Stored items
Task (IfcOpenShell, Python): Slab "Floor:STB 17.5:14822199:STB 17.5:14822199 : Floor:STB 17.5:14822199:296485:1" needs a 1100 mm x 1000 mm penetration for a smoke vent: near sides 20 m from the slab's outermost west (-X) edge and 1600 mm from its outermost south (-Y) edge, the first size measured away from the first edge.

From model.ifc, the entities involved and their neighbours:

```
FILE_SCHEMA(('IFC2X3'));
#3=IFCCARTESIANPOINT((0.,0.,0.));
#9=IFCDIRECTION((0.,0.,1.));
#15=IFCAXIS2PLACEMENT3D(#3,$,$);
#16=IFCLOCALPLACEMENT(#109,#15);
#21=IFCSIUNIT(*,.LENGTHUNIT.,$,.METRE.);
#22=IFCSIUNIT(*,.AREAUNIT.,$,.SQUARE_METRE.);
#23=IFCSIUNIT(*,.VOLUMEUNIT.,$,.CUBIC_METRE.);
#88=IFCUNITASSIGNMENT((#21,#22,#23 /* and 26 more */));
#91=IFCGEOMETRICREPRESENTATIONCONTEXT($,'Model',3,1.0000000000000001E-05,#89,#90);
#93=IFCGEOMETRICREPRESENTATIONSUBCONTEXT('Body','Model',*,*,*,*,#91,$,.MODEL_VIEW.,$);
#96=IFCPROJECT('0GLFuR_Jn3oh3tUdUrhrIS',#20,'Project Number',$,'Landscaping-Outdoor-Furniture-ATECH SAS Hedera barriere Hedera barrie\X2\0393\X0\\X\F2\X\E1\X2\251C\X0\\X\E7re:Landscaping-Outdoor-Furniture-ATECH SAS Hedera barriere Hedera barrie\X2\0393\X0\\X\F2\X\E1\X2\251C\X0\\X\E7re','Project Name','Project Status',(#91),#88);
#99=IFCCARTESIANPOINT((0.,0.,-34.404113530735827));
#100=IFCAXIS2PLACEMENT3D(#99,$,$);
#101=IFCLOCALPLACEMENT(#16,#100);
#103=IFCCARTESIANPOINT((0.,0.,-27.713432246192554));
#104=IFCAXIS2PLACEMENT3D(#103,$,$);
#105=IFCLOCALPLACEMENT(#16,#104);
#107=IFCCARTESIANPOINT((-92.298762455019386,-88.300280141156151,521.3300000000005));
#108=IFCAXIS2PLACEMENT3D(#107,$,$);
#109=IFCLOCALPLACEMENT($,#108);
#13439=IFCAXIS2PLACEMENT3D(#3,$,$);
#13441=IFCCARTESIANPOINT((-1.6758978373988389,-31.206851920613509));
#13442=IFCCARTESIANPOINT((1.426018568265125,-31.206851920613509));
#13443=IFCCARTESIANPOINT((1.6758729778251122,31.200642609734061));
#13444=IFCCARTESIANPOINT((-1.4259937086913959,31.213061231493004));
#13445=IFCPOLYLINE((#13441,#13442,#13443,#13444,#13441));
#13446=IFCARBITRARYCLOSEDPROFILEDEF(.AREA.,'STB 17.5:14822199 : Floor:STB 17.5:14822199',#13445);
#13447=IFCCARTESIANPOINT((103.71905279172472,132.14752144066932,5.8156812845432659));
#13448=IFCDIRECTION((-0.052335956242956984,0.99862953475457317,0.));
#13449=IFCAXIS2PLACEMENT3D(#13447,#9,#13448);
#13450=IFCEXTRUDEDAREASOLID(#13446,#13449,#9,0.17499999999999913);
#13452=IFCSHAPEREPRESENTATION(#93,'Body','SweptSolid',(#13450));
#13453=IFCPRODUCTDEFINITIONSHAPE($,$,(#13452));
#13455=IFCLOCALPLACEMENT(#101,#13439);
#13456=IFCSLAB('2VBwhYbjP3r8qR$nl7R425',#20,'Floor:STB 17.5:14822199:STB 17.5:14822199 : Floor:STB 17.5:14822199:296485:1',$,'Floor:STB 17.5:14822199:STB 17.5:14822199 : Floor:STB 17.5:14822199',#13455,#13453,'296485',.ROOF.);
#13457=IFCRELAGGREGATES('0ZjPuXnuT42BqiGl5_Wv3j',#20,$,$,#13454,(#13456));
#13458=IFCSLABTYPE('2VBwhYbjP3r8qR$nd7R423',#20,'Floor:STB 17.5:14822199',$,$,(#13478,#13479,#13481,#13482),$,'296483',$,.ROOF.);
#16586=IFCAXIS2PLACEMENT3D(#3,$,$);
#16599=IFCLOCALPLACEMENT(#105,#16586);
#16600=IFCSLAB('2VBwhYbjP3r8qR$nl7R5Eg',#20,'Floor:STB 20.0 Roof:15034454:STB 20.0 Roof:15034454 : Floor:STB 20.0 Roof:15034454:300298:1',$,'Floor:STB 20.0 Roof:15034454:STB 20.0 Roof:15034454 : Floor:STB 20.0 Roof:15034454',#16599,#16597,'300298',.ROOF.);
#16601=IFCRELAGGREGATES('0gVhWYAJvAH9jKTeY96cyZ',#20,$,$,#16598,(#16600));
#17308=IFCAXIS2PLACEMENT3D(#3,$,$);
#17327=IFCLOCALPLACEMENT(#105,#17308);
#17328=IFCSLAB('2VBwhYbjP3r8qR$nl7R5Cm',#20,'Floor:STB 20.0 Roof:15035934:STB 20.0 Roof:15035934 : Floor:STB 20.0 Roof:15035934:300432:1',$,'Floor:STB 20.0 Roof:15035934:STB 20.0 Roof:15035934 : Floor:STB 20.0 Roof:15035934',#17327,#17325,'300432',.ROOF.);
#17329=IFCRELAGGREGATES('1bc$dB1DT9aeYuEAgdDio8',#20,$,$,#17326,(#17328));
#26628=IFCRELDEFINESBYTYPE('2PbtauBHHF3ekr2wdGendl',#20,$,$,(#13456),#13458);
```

```python
import numpy as np
import ifcopenshell
import ifcopenshell.api.feature
import ifcopenshell.api.geometry
import ifcopenshell.api.root
import ifcopenshell.geom
import ifcopenshell.util.placement
import ifcopenshell.util.representation
import ifcopenshell.util.shape
import ifcopenshell.util.unit

model = ifcopenshell.open("model.ifc")
unit_scale = ifcopenshell.util.unit.calculate_unit_scale(model)
settings = ifcopenshell.geom.settings()


def volume(element):
    """Net volume in cubic metres, openings subtracted."""
    shape = ifcopenshell.geom.create_shape(settings, element)
    return ifcopenshell.util.shape.get_volume(shape.geometry)


slab = model.by_id(13456)
before = volume(slab)

# Extent in the slab's own axes, in metres. The edges named are its -X and -Y sides.
slab_shape = ifcopenshell.geom.create_shape(settings, slab)
vertices = ifcopenshell.util.shape.get_vertices(slab_shape.geometry)
x_min, y_min, bottom = vertices.min(axis=0)
top = vertices[:, 2].max()

opening = ifcopenshell.api.root.create_entity(model, ifc_class="IfcOpeningElement", name="Smoke vent opening")
context = ifcopenshell.util.representation.get_context(model, "Model", "Body", "MODEL_VIEW")
width, depth = 1.1, 1
outline = [(0.0, 0.0), (width, 0.0), (width, depth), (0.0, depth), (0.0, 0.0)]
# Overshoot both faces by 50 mm so the cut is clean.
shape = ifcopenshell.api.geometry.add_slab_representation(
    model, context=context, depth=top - bottom + 0.1, polyline=outline
)
ifcopenshell.api.geometry.assign_representation(model, product=opening, representation=shape)

matrix = ifcopenshell.util.placement.get_local_placement(slab.ObjectPlacement)
matrix[:, 3] = matrix @ np.append(np.array([x_min + 20, y_min + 1.6, bottom - 0.05]) / unit_scale, 1.0)
ifcopenshell.api.geometry.edit_object_placement(model, product=opening, matrix=matrix, is_si=False)
ifcopenshell.api.feature.add_feature(model, feature=opening, element=slab)

after = volume(slab)

print(f"slab volume {before:.3f} -> {after:.3f} m3")

model.write("model_edited.ifc")
```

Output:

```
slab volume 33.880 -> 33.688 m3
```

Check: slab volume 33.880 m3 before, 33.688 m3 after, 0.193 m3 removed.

Exercise prompt: Some lines above may contain the string "ROOF". State how many of them the records have, and nothing more.

Answer to the exercise: 4